→ **Task statement**: Each entry is to be output precisely as it appears.

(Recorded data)
○ ○ ○ ○ ○

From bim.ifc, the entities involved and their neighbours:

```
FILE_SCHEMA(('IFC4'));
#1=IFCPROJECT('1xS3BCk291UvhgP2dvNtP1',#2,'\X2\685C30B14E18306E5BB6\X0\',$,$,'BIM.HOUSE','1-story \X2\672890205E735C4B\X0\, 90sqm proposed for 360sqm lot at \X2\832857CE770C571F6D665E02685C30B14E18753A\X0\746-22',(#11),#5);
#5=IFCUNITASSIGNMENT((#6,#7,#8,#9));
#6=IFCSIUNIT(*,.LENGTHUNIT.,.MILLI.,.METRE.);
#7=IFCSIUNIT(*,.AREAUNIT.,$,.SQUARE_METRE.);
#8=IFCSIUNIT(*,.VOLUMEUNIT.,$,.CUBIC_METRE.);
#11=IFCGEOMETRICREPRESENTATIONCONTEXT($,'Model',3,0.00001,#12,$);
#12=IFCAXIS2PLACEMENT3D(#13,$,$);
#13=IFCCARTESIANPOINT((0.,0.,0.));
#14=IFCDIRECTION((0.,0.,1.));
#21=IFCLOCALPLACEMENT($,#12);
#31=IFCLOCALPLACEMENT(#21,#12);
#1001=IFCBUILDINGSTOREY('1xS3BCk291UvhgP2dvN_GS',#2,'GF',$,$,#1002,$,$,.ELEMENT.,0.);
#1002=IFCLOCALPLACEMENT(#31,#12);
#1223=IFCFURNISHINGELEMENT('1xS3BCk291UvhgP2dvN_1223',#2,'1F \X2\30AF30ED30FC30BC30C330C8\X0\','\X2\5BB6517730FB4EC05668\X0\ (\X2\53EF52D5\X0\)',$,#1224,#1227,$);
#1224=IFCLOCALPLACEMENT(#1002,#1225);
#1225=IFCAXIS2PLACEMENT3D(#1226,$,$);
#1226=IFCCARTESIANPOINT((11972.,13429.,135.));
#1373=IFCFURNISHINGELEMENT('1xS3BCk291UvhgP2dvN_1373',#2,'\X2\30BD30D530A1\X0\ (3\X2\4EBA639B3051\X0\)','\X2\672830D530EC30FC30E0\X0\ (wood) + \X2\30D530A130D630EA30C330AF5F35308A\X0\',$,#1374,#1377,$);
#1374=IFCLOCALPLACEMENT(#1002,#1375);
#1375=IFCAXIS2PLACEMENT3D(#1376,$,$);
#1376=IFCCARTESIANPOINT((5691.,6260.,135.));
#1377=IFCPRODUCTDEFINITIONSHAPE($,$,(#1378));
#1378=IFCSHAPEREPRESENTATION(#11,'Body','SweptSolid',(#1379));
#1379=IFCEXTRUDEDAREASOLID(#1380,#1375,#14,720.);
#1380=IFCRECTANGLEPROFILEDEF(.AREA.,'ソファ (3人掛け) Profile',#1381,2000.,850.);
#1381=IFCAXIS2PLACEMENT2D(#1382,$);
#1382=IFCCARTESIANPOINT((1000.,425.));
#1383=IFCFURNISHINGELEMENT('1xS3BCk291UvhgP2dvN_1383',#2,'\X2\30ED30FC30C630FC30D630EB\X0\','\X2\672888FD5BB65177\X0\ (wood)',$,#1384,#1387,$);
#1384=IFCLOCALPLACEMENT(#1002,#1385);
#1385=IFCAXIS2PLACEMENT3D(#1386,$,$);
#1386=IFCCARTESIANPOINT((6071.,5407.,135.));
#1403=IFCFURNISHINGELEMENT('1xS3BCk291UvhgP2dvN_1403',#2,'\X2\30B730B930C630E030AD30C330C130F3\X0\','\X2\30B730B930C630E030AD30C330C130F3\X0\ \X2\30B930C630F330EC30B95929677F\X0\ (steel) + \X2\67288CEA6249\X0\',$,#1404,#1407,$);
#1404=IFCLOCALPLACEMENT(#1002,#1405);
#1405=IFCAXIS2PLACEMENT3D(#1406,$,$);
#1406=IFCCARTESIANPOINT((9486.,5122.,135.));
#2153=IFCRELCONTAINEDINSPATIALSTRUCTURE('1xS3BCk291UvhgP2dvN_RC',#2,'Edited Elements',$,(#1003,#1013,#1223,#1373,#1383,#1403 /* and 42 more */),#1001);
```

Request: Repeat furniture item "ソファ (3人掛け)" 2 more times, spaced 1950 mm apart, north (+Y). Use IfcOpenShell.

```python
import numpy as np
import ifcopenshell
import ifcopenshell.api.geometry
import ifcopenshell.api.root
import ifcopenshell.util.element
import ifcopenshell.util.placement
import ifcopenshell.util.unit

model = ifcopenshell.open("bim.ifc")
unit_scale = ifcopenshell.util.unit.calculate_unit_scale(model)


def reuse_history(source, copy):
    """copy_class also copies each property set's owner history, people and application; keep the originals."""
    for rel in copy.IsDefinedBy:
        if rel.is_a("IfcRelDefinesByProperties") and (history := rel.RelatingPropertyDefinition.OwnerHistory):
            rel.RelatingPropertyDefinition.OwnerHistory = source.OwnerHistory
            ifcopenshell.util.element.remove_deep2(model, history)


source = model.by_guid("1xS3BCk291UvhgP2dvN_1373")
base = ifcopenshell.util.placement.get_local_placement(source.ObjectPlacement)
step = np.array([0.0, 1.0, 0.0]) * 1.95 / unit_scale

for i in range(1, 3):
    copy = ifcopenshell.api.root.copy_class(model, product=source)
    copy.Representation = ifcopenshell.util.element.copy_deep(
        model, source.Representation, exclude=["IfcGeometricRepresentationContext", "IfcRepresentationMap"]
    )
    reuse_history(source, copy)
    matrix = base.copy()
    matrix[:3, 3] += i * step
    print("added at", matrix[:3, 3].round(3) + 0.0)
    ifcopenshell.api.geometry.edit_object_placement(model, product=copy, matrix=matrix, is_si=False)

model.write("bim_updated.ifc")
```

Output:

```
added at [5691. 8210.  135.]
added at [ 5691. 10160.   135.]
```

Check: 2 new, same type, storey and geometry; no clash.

○ ○ ○ ○ ○

→ **Final answer**:
From bim.ifc, the entities involved and their neighbours:

```
FILE_SCHEMA(('IFC4'));
#1=IFCPROJECT('1xS3BCk291UvhgP2dvNtP1',#2,'\X2\685C30B14E18306E5BB6\X0\',$,$,'BIM.HOUSE','1-story \X2\672890205E735C4B\X0\, 90sqm proposed for 360sqm lot at \X2\832857CE770C571F6D665E02685C30B14E18753A\X0\746-22',(#11),#5);
#5=IFCUNITASSIGNMENT((#6,#7,#8,#9));
#6=IFCSIUNIT(*,.LENGTHUNIT.,.MILLI.,.METRE.);
#7=IFCSIUNIT(*,.AREAUNIT.,$,.SQUARE_METRE.);
#8=IFCSIUNIT(*,.VOLUMEUNIT.,$,.CUBIC_METRE.);
#11=IFCGEOMETRICREPRESENTATIONCONTEXT($,'Model',3,0.00001,#12,$);
#12=IFCAXIS2PLACEMENT3D(#13,$,$);
#13=IFCCARTESIANPOINT((0.,0.,0.));
#14=IFCDIRECTION((0.,0.,1.));
#21=IFCLOCALPLACEMENT($,#12);
#31=IFCLOCALPLACEMENT(#21,#12);
#1001=IFCBUILDINGSTOREY('1xS3BCk291UvhgP2dvN_GS',#2,'GF',$,$,#1002,$,$,.ELEMENT.,0.);
#1002=IFCLOCALPLACEMENT(#31,#12);
#1223=IFCFURNISHINGELEMENT('1xS3BCk291UvhgP2dvN_1223',#2,'1F \X2\30AF30ED30FC30BC30C330C8\X0\','\X2\5BB6517730FB4EC05668\X0\ (\X2\53EF52D5\X0\)',$,#1224,#1227,$);
#1224=IFCLOCALPLACEMENT(#1002,#1225);
#1225=IFCAXIS2PLACEMENT3D(#1226,$,$);
#1226=IFCCARTESIANPOINT((11972.,13429.,135.));
#1373=IFCFURNISHINGELEMENT('1xS3BCk291UvhgP2dvN_1373',#2,'\X2\30BD30D530A1\X0\ (3\X2\4EBA639B3051\X0\)','\X2\672830D530EC30FC30E0\X0\ (wood) + \X2\30D530A130D630EA30C330AF5F35308A\X0\',$,#1374,#1377,$);
#1374=IFCLOCALPLACEMENT(#1002,#1375);
#1375=IFCAXIS2PLACEMENT3D(#1376,$,$);
#1376=IFCCARTESIANPOINT((5691.,6260.,135.));
#1377=IFCPRODUCTDEFINITIONSHAPE($,$,(#1378));
#1378=IFCSHAPEREPRESENTATION(#11,'Body','SweptSolid',(#1379));
#1379=IFCEXTRUDEDAREASOLID(#1380,#1375,#14,720.);
#1380=IFCRECTANGLEPROFILEDEF(.AREA.,'ソファ (3人掛け) Profile',#1381,2000.,850.);
#1381=IFCAXIS2PLACEMENT2D(#1382,$);
#1382=IFCCARTESIANPOINT((1000.,425.));
#1383=IFCFURNISHINGELEMENT('1xS3BCk291UvhgP2dvN_1383',#2,'\X2\30ED30FC30C630FC30D630EB\X0\','\X2\672888FD5BB65177\X0\ (wood)',$,#1384,#1387,$);
#1384=IFCLOCALPLACEMENT(#1002,#1385);
#1385=IFCAXIS2PLACEMENT3D(#1386,$,$);
#1386=IFCCARTESIANPOINT((6071.,5407.,135.));
#1403=IFCFURNISHINGELEMENT('1xS3BCk291UvhgP2dvN_1403',#2,'\X2\30B730B930C630E030AD30C330C130F3\X0\','\X2\30B730B930C630E030AD30C330C130F3\X0\ \X2\30B930C630F330EC30B95929677F\X0\ (steel) + \X2\67288CEA6249\X0\',$,#1404,#1407,$);
#1404=IFCLOCALPLACEMENT(#1002,#1405);
#1405=IFCAXIS2PLACEMENT3D(#1406,$,$);
#1406=IFCCARTESIANPOINT((9486.,5122.,135.));
#2153=IFCRELCONTAINEDINSPATIALSTRUCTURE('1xS3BCk291UvhgP2dvN_RC',#2,'Edited Elements',$,(#1003,#1013,#1223,#1373,#1383,#1403 /* and 42 more */),#1001);
```

Request: Repeat furniture item "ソファ (3人掛け)" 2 more times, spaced 1950 mm apart, north (+Y). Use IfcOpenShell.

```python
import numpy as np
import ifcopenshell
import ifcopenshell.api.geometry
import ifcopenshell.api.root
import ifcopenshell.util.element
import ifcopenshell.util.placement
import ifcopenshell.util.unit

model = ifcopenshell.open("bim.ifc")
unit_scale = ifcopenshell.util.unit.calculate_unit_scale(model)


def reuse_history(source, copy):
    """copy_class also copies each property set's owner history, people and application; keep the originals."""
    for rel in copy.IsDefinedBy:
        if rel.is_a("IfcRelDefinesByProperties") and (history := rel.RelatingPropertyDefinition.OwnerHistory):
            rel.RelatingPropertyDefinition.OwnerHistory = source.OwnerHistory
            ifcopenshell.util.element.remove_deep2(model, history)


source = model.by_guid("1xS3BCk291UvhgP2dvN_1373")
base = ifcopenshell.util.placement.get_local_placement(source.ObjectPlacement)
step = np.array([0.0, 1.0, 0.0]) * 1.95 / unit_scale

for i in range(1, 3):
    copy = ifcopenshell.api.root.copy_class(model, product=source)
    copy.Representation = ifcopenshell.util.element.copy_deep(
        model, source.Representation, exclude=["IfcGeometricRepresentationContext", "IfcRepresentationMap"]
    )
    reuse_history(source, copy)
    matrix = base.copy()
    matrix[:3, 3] += i * step
    print("added at", matrix[:3, 3].round(3) + 0.0)
    ifcopenshell.api.geometry.edit_object_placement(model, product=copy, matrix=matrix, is_si=False)

model.write("bim_updated.ifc")
```

Output:

```
added at [5691. 8210.  135.]
added at [ 5691. 10160.   135.]
```

Check: 2 new, same type, storey and geometry; no clash.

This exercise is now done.